Tried to upload some pics, but I keep getting errors.


----------



## Warren (Feb 19, 2005)

tried again, worked this time.


----------



## WarnerConstInc. (Jan 30, 2008)

I have filled a 2 yard dumpster every two weeks and I think there is more stuff than I had before. Lol

Sent from my SM-G950U using Tapatalk


----------



## Unger.const (Jun 3, 2012)

VinylHanger said:


> He already knows one of those. I ain't got no room either.
> 
> Sent from my SM-N950U using Tapatalk


That dude needs a purge weekend more than I do (I already got him working out of rolling tool boxes and I hear he likes it!)


----------



## Unger.const (Jun 3, 2012)

tjbnwi said:


> I'm like Rob, can't stand a mess.
> 
> I find the mess waste far more time than keeping the place clean, neat and organized does.
> 
> ...


I hear Angel's singing in the background when I look at your shop pictures!

Hey......buddy old pal I have just a few things kicking around my shop can I just bring them over to store in the corner you have tons of room you won't even notice a truckload or two........lol


----------



## Unger.const (Jun 3, 2012)

TxElectrician said:


> About a year and a half ago I rented a dumpster and filled it with crap I'd been hanging on to for 20 years.
> 
> Sent from my LG-LS993 using Tapatalk


How awesome did that feel? Did you go back to your hoarding roots since then?


----------



## TxElectrician (May 21, 2008)

Unger.const said:


> How awesome did that feel? Did you go back to your hoarding roots since then?
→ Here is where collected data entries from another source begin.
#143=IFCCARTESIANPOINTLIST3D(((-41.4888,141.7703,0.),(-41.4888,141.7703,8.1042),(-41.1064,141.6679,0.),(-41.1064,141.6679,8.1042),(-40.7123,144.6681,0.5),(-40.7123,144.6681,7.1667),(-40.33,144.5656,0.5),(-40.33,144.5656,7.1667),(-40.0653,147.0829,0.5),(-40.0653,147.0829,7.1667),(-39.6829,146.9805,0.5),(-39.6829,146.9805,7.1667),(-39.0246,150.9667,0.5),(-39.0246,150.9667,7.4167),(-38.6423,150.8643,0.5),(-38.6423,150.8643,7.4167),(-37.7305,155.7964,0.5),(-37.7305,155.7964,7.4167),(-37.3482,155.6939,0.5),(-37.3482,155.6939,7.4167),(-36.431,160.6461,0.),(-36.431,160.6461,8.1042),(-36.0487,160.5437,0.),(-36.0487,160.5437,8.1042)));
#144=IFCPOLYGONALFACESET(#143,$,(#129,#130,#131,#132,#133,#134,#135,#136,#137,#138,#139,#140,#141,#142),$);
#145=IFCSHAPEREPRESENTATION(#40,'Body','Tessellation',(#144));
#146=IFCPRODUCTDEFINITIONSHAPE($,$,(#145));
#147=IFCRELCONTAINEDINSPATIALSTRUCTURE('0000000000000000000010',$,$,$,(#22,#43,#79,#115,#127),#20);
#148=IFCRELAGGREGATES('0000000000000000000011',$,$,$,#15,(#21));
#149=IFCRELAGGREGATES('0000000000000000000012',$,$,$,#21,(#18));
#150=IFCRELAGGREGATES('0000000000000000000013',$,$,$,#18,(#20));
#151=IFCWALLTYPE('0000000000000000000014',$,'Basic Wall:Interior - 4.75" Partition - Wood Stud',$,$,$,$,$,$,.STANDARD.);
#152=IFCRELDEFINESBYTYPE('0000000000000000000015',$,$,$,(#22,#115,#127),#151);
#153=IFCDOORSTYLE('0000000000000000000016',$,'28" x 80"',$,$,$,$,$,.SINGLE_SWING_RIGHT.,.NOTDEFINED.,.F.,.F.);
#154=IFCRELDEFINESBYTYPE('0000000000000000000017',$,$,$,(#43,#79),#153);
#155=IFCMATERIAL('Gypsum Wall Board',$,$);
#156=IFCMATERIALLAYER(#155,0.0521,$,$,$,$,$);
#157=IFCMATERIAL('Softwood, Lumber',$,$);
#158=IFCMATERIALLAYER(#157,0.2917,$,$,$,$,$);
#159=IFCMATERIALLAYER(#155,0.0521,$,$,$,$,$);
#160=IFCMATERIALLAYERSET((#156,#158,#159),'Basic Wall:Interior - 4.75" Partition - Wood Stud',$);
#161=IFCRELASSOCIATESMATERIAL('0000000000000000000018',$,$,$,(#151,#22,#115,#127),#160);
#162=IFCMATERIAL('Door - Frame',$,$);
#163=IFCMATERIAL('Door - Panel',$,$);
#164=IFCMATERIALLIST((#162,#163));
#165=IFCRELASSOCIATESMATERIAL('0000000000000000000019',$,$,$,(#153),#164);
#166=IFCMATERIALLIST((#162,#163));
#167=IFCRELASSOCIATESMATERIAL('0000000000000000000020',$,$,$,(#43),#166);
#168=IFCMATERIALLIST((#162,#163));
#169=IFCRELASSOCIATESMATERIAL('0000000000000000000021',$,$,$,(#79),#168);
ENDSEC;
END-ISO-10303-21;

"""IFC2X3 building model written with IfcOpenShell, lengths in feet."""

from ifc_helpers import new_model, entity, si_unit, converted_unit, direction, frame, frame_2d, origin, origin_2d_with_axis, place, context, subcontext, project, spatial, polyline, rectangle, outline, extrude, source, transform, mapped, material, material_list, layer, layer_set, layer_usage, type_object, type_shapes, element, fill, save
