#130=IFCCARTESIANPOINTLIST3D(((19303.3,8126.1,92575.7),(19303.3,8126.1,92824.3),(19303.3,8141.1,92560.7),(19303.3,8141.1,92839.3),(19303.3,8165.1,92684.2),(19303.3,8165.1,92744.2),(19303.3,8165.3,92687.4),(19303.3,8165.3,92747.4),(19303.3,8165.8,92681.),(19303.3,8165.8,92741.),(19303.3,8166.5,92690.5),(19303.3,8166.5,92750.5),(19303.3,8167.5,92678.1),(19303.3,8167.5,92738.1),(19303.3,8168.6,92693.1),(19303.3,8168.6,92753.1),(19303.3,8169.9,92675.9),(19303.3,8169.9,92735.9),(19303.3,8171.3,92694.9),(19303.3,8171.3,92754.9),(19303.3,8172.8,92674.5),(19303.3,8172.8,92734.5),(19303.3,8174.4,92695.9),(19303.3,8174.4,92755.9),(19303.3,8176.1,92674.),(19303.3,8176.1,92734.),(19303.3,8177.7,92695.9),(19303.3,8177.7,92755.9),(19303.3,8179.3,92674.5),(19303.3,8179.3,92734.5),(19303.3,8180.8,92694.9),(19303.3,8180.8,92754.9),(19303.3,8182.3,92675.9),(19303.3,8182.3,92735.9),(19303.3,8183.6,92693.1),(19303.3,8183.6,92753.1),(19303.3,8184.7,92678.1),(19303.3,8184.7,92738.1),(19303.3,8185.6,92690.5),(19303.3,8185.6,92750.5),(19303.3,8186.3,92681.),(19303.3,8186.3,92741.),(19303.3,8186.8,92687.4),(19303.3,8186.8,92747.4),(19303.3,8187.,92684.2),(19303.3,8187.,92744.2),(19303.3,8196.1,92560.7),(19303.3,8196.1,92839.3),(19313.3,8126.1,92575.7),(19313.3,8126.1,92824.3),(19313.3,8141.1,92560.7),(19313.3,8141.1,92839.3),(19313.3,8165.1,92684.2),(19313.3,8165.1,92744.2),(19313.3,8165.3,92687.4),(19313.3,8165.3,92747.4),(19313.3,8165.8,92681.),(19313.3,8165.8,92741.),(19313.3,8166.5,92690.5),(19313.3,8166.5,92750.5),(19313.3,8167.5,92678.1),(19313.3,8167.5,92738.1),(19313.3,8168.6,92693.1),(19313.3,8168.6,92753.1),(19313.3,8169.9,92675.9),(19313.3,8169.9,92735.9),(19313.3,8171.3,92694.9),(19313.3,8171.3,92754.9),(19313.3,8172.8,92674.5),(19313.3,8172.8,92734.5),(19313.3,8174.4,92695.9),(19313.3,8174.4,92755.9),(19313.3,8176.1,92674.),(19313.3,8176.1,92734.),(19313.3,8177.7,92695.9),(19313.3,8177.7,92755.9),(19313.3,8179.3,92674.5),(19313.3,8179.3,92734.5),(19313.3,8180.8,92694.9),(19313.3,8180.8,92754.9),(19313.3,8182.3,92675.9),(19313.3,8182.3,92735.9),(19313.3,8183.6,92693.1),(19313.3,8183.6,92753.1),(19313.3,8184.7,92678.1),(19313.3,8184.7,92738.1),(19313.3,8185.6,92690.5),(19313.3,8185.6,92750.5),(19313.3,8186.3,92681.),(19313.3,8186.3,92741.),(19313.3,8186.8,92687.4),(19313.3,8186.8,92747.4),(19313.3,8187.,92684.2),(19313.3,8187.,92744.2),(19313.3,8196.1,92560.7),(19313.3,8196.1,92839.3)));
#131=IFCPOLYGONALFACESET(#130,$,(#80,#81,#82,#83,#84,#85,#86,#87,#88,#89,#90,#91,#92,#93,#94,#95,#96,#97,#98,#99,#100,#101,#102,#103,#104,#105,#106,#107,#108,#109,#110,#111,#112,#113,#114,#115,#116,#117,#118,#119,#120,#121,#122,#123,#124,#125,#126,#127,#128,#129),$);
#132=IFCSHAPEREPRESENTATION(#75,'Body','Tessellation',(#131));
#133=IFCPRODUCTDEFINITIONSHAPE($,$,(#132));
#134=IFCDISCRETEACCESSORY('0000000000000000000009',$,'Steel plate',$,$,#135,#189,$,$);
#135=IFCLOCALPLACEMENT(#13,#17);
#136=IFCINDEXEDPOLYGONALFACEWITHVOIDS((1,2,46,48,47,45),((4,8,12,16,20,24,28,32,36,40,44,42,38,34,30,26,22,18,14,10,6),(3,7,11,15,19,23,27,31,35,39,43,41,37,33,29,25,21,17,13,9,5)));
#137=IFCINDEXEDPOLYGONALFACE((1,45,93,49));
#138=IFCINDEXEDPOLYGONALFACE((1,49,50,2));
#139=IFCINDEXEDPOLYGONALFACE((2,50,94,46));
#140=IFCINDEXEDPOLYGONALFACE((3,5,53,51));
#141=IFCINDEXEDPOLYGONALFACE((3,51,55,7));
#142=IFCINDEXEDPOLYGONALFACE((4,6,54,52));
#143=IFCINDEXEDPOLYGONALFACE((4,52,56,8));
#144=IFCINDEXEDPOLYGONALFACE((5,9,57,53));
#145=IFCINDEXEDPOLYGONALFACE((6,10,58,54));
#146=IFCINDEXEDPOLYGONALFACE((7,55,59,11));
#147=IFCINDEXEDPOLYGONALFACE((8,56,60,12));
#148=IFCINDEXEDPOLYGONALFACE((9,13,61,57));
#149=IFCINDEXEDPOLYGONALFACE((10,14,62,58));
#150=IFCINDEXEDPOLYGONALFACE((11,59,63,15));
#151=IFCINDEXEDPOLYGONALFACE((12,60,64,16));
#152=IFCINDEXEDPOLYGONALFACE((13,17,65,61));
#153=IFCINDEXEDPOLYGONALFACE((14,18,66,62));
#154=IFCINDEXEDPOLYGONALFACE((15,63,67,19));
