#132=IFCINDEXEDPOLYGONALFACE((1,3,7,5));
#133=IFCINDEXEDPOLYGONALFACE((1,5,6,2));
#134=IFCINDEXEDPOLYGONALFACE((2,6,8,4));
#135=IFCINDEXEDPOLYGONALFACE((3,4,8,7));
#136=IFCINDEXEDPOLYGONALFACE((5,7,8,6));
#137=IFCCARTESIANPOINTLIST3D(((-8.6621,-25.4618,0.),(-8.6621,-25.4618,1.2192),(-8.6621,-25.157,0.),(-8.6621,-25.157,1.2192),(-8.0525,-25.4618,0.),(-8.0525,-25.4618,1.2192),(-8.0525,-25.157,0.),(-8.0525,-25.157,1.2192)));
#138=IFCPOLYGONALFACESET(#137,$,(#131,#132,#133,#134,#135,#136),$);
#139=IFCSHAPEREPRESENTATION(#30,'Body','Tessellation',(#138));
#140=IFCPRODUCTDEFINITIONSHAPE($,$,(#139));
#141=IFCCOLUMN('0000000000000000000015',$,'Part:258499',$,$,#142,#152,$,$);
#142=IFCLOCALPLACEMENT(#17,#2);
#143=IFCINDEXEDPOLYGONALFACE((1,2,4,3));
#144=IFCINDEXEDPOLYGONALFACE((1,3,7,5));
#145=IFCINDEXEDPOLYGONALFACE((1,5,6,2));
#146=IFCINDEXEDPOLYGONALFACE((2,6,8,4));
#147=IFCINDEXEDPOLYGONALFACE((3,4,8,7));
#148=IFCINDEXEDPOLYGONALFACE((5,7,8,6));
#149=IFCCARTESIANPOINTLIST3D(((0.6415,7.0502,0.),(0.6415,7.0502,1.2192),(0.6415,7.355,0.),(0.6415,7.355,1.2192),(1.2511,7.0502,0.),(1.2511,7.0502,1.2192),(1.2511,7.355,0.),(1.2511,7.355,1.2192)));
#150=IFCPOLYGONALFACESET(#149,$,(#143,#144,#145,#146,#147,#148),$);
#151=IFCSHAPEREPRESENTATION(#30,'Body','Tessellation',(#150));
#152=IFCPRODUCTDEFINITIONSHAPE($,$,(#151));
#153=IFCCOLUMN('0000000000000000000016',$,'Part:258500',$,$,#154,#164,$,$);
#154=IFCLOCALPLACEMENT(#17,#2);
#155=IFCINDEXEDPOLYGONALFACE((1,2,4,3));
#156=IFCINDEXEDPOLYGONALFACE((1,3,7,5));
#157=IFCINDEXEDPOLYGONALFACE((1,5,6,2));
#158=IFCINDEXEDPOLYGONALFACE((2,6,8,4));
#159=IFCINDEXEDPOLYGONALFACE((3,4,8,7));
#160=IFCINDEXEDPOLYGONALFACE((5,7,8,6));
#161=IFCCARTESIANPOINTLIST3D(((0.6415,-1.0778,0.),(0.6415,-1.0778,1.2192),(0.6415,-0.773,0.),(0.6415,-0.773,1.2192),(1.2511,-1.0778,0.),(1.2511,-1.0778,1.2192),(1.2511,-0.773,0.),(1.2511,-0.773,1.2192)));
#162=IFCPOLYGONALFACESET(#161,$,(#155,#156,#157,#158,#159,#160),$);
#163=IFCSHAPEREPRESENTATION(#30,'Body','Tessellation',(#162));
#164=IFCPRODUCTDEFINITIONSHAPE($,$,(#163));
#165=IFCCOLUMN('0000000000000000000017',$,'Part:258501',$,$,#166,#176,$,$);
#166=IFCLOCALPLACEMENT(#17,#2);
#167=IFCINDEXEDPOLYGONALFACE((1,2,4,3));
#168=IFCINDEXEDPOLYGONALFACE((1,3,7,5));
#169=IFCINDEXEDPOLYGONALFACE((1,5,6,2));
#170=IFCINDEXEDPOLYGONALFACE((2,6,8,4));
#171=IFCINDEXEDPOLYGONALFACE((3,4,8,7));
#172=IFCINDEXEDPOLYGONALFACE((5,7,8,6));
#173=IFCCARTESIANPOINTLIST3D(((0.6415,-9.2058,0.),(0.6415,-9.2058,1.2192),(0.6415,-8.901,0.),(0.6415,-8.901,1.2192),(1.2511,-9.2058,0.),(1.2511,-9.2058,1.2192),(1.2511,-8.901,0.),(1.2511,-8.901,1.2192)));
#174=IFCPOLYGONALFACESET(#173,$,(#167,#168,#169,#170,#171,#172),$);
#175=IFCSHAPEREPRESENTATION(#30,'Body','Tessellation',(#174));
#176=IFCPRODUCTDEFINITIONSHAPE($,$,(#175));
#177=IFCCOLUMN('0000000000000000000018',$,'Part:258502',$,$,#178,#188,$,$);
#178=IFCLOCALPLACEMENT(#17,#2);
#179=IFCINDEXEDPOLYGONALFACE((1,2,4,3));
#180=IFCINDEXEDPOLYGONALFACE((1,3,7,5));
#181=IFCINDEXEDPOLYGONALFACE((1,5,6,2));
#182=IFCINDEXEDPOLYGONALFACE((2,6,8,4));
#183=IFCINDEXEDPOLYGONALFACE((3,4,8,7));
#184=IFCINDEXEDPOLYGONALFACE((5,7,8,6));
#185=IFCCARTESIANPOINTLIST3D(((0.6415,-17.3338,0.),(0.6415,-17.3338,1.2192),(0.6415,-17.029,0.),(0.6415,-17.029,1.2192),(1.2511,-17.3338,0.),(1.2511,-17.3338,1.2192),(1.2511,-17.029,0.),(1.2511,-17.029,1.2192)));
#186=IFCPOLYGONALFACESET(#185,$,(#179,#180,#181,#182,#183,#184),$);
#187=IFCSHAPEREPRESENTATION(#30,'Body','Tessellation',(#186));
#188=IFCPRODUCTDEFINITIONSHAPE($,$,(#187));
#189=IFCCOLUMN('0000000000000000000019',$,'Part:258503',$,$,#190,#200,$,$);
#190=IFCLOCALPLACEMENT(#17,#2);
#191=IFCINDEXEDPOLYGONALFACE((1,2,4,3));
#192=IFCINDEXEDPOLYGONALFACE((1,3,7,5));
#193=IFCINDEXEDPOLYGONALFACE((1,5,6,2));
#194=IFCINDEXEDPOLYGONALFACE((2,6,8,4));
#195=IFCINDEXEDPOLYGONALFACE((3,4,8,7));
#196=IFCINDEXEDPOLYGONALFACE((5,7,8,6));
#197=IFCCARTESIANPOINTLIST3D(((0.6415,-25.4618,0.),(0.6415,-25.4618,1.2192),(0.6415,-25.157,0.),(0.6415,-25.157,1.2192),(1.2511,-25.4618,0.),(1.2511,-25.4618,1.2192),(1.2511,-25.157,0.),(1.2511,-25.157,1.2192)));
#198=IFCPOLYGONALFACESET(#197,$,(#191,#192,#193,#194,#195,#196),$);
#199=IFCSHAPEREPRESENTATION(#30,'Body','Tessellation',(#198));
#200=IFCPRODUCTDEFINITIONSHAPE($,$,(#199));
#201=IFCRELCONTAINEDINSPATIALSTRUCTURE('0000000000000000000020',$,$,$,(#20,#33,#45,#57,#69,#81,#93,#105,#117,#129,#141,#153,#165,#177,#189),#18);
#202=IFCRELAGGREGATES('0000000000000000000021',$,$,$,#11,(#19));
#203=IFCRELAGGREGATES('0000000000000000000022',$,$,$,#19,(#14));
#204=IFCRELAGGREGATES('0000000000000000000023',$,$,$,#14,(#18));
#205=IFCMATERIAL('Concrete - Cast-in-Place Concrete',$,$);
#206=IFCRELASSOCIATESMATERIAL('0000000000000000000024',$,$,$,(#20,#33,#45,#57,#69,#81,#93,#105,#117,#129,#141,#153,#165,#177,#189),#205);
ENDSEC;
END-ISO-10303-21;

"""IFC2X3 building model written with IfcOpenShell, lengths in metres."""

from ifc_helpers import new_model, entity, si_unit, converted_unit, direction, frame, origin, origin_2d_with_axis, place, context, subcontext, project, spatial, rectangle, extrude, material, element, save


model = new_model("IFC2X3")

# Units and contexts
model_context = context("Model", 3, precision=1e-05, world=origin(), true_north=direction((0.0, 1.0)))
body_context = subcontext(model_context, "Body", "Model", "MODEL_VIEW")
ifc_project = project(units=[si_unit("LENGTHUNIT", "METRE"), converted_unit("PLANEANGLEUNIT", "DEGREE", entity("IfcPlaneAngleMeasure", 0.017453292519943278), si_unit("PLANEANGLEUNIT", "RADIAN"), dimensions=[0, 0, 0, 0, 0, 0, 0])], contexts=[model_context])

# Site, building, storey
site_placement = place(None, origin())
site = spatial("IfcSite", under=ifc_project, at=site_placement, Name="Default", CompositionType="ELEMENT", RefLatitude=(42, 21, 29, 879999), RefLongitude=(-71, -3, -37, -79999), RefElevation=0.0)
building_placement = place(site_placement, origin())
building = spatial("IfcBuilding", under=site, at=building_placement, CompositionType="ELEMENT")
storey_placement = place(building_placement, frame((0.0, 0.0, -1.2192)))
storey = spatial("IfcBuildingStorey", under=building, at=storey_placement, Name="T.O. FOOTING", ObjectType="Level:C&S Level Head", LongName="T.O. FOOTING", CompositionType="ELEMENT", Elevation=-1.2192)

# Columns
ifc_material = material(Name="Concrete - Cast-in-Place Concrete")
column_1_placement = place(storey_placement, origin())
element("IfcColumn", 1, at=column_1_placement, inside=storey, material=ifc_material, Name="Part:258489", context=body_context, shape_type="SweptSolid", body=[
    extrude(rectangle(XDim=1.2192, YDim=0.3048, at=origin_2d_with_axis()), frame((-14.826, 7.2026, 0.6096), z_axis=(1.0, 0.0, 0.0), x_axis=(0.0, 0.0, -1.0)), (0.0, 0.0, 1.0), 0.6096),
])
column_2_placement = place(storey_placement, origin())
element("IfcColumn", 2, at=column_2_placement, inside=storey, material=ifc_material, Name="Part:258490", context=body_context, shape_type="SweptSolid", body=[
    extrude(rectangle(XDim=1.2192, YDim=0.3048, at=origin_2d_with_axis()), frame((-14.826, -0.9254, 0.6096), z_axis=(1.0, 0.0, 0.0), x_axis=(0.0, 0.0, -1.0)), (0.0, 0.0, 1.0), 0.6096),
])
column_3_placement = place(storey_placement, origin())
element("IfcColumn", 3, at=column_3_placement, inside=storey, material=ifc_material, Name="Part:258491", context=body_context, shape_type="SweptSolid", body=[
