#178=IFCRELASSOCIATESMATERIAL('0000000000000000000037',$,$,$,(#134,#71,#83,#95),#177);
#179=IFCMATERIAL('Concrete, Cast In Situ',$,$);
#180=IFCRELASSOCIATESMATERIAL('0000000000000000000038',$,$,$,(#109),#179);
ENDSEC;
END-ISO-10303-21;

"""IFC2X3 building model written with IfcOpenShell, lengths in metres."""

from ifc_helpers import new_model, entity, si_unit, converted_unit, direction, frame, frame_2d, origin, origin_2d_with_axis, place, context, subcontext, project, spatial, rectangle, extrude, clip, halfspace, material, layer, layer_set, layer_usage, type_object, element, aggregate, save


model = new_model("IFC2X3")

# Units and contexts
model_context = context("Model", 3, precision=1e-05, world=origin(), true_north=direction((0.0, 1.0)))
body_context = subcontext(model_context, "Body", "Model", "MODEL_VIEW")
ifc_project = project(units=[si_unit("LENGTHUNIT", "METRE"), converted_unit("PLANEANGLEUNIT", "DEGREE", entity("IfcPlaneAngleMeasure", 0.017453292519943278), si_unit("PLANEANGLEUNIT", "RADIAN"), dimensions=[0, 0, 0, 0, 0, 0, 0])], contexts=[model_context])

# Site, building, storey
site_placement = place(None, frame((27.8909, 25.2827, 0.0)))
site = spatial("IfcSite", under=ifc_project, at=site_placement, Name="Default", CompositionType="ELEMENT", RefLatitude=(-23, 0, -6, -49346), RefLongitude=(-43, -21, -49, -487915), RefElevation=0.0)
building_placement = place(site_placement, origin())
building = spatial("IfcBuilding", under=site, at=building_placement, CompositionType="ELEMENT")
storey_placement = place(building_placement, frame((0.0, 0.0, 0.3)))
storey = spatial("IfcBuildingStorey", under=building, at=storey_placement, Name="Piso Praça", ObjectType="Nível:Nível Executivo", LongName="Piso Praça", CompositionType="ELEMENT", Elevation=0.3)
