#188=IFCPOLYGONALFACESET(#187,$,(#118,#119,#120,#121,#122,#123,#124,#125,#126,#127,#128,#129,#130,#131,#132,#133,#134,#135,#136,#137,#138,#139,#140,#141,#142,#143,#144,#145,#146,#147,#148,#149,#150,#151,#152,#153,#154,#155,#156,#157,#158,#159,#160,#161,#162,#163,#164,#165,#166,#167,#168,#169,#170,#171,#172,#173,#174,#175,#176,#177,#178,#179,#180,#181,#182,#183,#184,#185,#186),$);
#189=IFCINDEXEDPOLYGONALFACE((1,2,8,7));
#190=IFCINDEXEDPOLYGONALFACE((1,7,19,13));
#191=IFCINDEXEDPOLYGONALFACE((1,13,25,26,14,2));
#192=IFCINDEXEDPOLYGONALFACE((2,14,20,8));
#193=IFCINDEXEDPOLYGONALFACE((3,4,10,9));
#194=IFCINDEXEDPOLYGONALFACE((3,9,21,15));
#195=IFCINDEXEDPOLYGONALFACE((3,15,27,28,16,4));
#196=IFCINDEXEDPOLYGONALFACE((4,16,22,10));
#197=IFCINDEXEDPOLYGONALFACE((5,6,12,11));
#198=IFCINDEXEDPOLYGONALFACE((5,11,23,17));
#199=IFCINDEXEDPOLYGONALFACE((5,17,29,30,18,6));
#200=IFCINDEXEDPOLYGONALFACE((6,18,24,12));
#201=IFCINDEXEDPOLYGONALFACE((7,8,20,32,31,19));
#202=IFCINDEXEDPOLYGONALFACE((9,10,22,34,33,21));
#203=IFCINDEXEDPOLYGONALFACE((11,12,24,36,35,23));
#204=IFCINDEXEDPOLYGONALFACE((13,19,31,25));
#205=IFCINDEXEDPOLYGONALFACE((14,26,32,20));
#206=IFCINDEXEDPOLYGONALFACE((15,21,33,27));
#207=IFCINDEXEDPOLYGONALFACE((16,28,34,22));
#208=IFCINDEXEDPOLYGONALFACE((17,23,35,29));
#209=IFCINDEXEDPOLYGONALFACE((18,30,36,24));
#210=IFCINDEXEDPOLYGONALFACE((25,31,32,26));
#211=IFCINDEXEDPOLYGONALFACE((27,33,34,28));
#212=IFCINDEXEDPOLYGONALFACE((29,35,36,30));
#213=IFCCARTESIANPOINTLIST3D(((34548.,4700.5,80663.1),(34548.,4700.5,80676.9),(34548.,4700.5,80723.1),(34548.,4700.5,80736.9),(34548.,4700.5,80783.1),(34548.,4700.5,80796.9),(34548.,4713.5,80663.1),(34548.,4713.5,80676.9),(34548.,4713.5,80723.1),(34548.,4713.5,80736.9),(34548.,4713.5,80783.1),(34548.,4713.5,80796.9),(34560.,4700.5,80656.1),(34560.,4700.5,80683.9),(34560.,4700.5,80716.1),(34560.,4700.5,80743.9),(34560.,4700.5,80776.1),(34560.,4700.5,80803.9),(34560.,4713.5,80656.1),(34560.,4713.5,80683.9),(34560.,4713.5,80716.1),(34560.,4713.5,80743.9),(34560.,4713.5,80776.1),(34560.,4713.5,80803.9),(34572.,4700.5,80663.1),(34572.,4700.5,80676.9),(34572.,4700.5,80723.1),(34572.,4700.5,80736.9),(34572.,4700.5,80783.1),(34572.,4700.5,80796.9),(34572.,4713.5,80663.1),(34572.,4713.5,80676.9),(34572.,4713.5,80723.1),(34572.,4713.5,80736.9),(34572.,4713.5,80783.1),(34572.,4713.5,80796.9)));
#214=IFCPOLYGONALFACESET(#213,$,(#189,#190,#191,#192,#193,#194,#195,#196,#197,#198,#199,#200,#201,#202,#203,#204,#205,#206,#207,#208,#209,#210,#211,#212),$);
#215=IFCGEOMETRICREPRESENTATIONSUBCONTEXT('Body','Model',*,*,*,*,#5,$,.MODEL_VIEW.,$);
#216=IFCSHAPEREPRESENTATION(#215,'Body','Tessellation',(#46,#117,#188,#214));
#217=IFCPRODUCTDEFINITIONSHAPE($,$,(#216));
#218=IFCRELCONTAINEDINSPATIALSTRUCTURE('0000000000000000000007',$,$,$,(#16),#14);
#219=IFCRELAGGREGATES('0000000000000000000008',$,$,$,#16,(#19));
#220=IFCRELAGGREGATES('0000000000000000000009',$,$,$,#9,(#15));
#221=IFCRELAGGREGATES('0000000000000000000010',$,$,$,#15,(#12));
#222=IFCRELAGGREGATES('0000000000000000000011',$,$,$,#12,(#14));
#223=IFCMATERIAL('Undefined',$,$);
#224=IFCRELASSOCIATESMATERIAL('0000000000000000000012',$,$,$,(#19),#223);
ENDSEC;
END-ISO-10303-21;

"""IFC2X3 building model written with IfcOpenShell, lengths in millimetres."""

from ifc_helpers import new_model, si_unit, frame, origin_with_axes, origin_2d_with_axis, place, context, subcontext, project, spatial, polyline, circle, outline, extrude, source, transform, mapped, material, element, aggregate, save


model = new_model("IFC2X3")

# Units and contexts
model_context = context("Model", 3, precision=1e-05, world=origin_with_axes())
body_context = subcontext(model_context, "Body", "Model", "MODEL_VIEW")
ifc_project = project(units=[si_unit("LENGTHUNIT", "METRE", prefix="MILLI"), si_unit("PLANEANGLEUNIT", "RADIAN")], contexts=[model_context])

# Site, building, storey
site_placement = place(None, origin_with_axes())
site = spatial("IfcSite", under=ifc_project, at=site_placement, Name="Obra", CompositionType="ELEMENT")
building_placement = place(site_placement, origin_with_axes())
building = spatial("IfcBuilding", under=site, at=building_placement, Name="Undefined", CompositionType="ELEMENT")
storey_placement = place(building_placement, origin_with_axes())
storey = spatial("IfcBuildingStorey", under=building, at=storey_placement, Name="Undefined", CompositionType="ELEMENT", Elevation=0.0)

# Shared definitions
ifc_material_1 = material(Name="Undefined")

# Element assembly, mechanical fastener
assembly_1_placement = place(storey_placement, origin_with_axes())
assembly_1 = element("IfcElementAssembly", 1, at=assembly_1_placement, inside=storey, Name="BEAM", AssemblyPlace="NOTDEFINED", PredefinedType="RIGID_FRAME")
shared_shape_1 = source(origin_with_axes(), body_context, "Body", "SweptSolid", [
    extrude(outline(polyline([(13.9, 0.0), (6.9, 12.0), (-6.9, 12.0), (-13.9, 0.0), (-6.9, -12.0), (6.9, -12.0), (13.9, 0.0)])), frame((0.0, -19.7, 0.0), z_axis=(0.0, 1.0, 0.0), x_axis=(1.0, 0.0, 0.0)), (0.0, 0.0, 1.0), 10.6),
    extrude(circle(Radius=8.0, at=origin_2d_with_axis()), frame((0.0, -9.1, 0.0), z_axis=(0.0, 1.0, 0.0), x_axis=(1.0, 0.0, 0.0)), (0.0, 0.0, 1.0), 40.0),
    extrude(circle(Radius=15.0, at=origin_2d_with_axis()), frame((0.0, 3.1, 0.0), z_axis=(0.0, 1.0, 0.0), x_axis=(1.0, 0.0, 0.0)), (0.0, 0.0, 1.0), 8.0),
It was great. I still hang on to a few things but not near as much.

Sent from my LG-LS993 using Tapatalk


----------



## Inner10 (Mar 12, 2009)

Unger.const said:


> I hear Angel's singing in the background when I look at your shop pictures!
> 
> Hey......buddy old pal I have just a few things kicking around my shop can I just bring them over to store in the corner you have tons of room you won't even notice a truckload or two........lol


See pics of that shop makes my pants tight.

Sent from my Pixel 2 using Tapatalk


----------



## asevereid (Jan 30, 2012)

Inner10 said:


> See pics of that shop makes my pants tight.
> 
> Sent from my Pixel 2 using Tapatalk




Sent from my SM-G530W using Tapatalk


----------



## Leo G (May 12, 2005)

Unger.const said:


> I'm in the middle of several big messes (work and personal) mucked out alot of useless things from the house. Now to tackle shop and rigs.
> 
> There is alot of things slowing me down in the workshop. The bulk of it is mess of useless crap I will maybe use one day.......sort of......wait.......I still have one of those? Piles of used saw blades I'm going to use again. Next to a pile of new ones. Who am I kidding! Some day I'm going to straighten this mess put right? (Another year later I say it again)
> 
> ...


Uuuuuuh... no thanks.:no:


----------



## tjbnwi (Feb 24, 2009)

Unger.const said:


> I hear Angel's singing in the background when I look at your shop pictures!
> 
> Hey......buddy old pal I have just a few things kicking around my shop can I just bring them over to store in the corner you have tons of room you won't even notice a truckload or two........lol


I’ll take some pics in a few weeks when it’s full of cabinets and we can’t move around. 

Tom


----------



## Unger.const (Jun 3, 2012)

tjbnwi said:


> I’ll take some pics in a few weeks when it’s full of cabinets and we can’t move around.
> 
> Tom


I have no idea what it's like to try to move through a crowded space.......


----------



## Unger.const (Jun 3, 2012)

Leo G said:


> Uuuuuuh... no thanks.:no:


Cuz it's too big of a mountain to climb?


----------



## Deckhead (Dec 9, 2010)

I'll play. I've been working in the shop the past few weeks and it's been driving me crazy.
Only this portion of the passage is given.